Set up alerts for critical issues. Here’s an Elastalert rule:
name: High Error Rate
type: frequency
index: logs-*
num_events: 50
timeframe:
minutes: 5
filter:
- term:
level: "ERROR"
- term:
service: "payment-service"
alert:
- slack:
slack_webhook_url: "https://hooks.slack.com/services/YOUR/WEBHOOK"
alert_text: "Payment service error rate exceeded threshold"
Performance and Scalability
Use Kafka for buffering at scale. Configure topics appropriately:
kafka-topics.sh --create \
--topic application-logs \
--partitions 12 \
--replication-factor 3 \
--config retention.ms=86400000 \
--config compression.type=lz4 \
--config segment.bytes=1073741824
This creates a topic with 12 partitions (for parallel processing), 3x replication (for durability), 24-hour retention, and LZ4 compression.
Monitor your logging infrastructure itself. If your logging system goes down during an incident, you’re blind. Set up separate alerting for:
- Shipper lag/errors
- Queue depth
- Storage disk usage
- Indexing rate vs. ingestion rate
Conclusion
Centralized logging isn’t optional for modern systems.
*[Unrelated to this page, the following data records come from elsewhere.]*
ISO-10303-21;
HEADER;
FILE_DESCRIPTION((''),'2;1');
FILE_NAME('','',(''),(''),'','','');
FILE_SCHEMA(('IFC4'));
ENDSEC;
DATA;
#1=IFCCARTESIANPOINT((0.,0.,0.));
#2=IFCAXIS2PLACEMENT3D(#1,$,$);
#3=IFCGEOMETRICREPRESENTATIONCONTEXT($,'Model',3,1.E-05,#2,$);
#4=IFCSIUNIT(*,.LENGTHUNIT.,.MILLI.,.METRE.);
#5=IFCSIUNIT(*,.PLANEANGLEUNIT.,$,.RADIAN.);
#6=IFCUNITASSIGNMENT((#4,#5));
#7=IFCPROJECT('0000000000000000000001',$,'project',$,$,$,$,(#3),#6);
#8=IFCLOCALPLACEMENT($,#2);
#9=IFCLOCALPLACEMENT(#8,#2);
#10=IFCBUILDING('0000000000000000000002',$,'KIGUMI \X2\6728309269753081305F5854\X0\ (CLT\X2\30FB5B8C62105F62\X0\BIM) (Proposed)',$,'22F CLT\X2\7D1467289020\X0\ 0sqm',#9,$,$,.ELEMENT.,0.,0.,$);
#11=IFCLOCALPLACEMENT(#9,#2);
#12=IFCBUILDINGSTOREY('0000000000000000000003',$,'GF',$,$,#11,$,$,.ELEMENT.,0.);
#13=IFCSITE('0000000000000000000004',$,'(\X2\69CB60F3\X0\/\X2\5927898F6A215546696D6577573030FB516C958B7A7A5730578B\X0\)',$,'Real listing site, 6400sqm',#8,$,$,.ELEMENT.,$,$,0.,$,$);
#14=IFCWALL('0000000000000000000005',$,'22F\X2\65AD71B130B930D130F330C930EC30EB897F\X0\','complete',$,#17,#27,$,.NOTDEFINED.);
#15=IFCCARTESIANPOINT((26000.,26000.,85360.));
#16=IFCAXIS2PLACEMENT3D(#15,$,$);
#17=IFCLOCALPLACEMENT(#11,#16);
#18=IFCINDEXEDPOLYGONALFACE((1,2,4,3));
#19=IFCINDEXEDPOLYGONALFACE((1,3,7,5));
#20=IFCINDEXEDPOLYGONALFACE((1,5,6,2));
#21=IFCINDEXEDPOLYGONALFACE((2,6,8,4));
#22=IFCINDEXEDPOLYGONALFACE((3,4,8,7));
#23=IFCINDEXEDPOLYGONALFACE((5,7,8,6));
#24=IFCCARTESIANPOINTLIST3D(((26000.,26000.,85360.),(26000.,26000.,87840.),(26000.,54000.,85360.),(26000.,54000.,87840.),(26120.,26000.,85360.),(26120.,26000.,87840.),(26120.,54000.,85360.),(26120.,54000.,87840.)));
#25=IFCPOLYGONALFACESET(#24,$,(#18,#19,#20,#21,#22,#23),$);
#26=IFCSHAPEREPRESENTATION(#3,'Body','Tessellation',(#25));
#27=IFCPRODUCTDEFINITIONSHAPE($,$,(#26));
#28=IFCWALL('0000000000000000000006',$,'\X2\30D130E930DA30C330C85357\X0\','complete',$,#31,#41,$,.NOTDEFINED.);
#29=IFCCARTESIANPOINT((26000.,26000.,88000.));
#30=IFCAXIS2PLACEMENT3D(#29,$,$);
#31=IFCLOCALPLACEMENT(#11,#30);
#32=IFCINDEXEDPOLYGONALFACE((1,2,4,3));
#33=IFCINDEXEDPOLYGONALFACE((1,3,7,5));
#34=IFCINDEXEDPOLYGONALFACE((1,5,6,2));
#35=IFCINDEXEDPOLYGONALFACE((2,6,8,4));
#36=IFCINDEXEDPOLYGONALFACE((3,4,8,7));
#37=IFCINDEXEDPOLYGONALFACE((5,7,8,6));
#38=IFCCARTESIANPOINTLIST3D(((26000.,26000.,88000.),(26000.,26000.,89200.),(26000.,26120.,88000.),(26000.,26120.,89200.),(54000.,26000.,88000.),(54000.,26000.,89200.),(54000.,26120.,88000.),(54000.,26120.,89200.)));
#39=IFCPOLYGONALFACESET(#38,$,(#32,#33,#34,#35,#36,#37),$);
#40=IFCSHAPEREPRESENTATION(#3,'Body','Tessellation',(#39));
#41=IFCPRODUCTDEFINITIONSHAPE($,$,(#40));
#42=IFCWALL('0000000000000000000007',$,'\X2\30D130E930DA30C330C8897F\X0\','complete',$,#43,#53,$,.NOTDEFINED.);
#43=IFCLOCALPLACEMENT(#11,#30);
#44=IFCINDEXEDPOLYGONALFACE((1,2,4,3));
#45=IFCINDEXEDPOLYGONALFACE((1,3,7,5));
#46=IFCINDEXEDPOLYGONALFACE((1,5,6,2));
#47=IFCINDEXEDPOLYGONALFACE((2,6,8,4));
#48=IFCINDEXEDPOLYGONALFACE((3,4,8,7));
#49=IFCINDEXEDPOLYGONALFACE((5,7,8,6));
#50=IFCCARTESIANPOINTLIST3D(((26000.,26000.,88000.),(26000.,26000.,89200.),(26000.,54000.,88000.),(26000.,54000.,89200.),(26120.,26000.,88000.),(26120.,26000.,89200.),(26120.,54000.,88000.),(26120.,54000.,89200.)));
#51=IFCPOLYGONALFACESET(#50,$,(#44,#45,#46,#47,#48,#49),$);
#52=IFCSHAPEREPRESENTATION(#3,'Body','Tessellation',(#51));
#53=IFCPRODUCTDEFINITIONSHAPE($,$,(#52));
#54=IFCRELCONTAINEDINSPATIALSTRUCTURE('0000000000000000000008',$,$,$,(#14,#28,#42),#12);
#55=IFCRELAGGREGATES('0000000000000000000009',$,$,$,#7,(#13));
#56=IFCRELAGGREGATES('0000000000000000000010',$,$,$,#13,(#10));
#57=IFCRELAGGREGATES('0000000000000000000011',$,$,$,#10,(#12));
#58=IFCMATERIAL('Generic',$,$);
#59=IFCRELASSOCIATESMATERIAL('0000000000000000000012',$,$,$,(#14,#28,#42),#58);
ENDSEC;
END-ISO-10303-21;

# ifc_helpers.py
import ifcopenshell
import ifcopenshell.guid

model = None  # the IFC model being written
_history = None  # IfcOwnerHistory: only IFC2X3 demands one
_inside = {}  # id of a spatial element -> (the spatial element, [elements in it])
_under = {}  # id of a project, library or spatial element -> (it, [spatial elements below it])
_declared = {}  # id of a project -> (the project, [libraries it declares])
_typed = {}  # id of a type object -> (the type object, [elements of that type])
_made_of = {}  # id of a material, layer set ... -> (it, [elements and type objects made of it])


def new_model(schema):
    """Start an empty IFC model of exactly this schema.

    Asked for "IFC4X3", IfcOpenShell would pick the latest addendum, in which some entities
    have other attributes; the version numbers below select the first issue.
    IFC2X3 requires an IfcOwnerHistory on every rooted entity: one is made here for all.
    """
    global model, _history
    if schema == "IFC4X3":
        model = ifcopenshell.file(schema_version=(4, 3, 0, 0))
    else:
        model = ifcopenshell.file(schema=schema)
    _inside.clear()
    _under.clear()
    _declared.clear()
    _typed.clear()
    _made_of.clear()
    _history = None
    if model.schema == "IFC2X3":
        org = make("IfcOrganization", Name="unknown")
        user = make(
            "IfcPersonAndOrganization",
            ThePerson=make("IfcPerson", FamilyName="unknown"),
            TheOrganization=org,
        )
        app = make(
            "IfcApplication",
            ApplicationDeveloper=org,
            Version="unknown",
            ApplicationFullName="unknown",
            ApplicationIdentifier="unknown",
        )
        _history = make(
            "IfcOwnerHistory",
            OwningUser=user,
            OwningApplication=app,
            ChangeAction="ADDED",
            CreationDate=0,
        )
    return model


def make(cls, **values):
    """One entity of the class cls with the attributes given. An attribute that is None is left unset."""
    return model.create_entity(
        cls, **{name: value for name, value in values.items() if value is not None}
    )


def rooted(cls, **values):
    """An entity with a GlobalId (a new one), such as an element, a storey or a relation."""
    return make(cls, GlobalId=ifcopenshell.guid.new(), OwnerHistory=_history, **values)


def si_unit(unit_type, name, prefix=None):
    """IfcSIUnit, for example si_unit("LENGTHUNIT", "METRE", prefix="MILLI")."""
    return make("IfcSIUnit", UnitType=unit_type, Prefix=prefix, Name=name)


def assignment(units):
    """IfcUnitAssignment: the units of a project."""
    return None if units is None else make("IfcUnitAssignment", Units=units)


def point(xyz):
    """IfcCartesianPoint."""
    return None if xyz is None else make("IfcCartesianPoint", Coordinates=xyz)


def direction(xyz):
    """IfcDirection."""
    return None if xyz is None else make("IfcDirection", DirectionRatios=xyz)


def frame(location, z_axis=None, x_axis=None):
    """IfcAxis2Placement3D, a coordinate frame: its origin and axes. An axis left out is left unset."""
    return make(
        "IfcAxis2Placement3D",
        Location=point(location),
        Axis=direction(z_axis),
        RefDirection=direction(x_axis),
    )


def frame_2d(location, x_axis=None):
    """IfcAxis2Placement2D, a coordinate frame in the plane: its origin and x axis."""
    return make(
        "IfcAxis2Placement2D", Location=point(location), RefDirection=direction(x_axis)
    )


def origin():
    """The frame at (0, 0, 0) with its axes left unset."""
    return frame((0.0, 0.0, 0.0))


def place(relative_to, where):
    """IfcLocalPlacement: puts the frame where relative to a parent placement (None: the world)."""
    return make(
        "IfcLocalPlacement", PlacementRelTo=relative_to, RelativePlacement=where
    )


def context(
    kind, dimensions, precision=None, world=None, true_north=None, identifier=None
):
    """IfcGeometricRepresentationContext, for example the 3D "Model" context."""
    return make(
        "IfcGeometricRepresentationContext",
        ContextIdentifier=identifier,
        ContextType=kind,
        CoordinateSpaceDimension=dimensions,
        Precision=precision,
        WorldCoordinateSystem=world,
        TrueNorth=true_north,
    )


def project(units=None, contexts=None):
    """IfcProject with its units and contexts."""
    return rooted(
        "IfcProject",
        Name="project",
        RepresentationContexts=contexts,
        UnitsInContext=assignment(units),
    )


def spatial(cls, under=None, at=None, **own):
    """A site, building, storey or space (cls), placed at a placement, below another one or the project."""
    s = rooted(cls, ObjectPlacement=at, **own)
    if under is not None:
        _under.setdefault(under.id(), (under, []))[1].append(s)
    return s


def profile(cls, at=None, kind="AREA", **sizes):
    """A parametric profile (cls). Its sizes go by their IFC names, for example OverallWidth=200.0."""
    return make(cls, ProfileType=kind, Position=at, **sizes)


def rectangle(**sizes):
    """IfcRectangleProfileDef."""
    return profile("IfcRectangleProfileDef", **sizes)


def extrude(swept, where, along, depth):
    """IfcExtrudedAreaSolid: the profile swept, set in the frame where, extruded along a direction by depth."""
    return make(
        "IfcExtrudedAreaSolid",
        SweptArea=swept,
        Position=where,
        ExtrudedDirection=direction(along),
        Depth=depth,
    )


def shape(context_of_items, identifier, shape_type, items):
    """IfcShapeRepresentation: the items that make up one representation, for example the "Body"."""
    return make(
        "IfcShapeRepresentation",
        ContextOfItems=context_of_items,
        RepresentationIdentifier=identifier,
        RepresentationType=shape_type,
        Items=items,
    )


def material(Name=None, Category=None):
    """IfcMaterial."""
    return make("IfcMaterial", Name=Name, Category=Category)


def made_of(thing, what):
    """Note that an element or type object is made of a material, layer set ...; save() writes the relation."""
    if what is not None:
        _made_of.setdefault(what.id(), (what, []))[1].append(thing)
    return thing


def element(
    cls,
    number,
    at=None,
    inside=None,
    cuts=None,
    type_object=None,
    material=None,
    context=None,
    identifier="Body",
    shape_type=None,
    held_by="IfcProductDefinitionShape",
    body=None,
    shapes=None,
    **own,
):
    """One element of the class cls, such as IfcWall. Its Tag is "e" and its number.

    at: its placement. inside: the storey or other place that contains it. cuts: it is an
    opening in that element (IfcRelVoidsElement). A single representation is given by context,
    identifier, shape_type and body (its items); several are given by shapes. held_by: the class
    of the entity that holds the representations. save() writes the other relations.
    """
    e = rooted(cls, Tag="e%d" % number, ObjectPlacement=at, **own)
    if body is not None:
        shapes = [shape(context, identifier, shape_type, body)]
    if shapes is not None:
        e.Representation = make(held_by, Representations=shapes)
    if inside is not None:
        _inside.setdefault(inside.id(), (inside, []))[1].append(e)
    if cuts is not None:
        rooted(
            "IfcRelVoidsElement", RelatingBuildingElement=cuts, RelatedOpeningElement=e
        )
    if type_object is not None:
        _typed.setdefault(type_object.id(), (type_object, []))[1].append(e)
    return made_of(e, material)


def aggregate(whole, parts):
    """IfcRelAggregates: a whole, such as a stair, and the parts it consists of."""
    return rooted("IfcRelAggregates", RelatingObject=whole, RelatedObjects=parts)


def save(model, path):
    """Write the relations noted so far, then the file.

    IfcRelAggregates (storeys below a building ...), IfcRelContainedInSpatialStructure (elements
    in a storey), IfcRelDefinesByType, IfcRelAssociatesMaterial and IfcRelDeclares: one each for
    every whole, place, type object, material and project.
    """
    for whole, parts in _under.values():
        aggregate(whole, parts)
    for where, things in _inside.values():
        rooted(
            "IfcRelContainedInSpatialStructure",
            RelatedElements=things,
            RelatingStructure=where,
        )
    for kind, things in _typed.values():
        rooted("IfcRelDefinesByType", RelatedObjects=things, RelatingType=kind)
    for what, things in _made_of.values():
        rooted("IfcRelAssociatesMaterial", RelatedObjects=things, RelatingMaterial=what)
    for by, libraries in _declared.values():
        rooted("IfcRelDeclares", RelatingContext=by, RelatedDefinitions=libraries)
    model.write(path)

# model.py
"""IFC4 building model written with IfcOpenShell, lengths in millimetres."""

from ifc_helpers import new_model, si_unit, frame, frame_2d, origin, place, context, project, spatial, rectangle, extrude, material, element, save


model = new_model("IFC4")

# Units and contexts
model_context = context("Model", 3, precision=1e-05, world=origin())
ifc_project = project(units=[si_unit("LENGTHUNIT", "METRE", prefix="MILLI"), si_unit("PLANEANGLEUNIT", "RADIAN")], contexts=[model_context])

# Site, building, storey
site_placement = place(None, origin())
site = spatial("IfcSite", under=ifc_project, at=site_placement, Name="(構想/大規模商業敷地・公開空地型)", ObjectType="Real listing site, 6400sqm", CompositionType="ELEMENT", RefElevation=0.0)
building_placement = place(site_placement, origin())
building = spatial("IfcBuilding", under=site, at=building_placement, Name="KIGUMI 木を極めた塔 (CLT・完成形BIM) (Proposed)", ObjectType="22F CLT純木造 0sqm", CompositionType="ELEMENT", ElevationOfRefHeight=0.0, ElevationOfTerrain=0.0)
storey_placement = place(building_placement, origin())
storey = spatial("IfcBuildingStorey", under=building, at=storey_placement, Name="GF", CompositionType="ELEMENT", Elevation=0.0)

# Shared definitions
ifc_material = material(Name="Generic")

# Walls
wall_1_placement = place(storey_placement, frame((26000.0, 26000.0, 85360.0)))
element("IfcWall", 1, at=wall_1_placement, inside=storey, material=ifc_material, Name="22F断熱スパンドレル西", Description="complete", PredefinedType="NOTDEFINED", context=model_context, shape_type="SweptSolid", body=[
    extrude(rectangle(XDim=120.0, YDim=28000.0, at=frame_2d((60.0, 14000.0))), frame((26000.0, 26000.0, 85360.0)), (0.0, 0.0, 1.0), 2480.0),
])
wall_2_placement = place(storey_placement, frame((26000.0, 26000.0, 88000.0)))
element("IfcWall", 2, at=wall_2_placement, inside=storey, material=ifc_material, Name="パラペット南", Description="complete", PredefinedType="NOTDEFINED", context=model_context, shape_type="SweptSolid", body=[
    extrude(rectangle(XDim=28000.0, YDim=120.0, at=frame_2d((14000.0, 60.0))), frame((26000.0, 26000.0, 88000.0)), (0.0, 0.0, 1.0), 1200.0),
])
wall_3_placement = place(storey_placement, frame((26000.0, 26000.0, 88000.0)))
element("IfcWall", 3, at=wall_3_placement, inside=storey, material=ifc_material, Name="パラペット西", Description="complete", PredefinedType="NOTDEFINED", context=model_context, shape_type="SweptSolid", body=[
    extrude(rectangle(XDim=120.0, YDim=28000.0, at=frame_2d((60.0, 14000.0))), frame((26000.0, 26000.0, 88000.0)), (0.0, 0.0, 1.0), 1200.0),
])

save(model, "model.ifc")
Start with structured JSON logs and correlation IDs. Choose a stack that fits your scale—ELK for full-featured needs, Loki for cost efficiency, or cloud-native for managed simplicity. Implement retention policies from day one, and remember to monitor the monitors. Your future self, debugging a production incident at 2 AM, will thank you.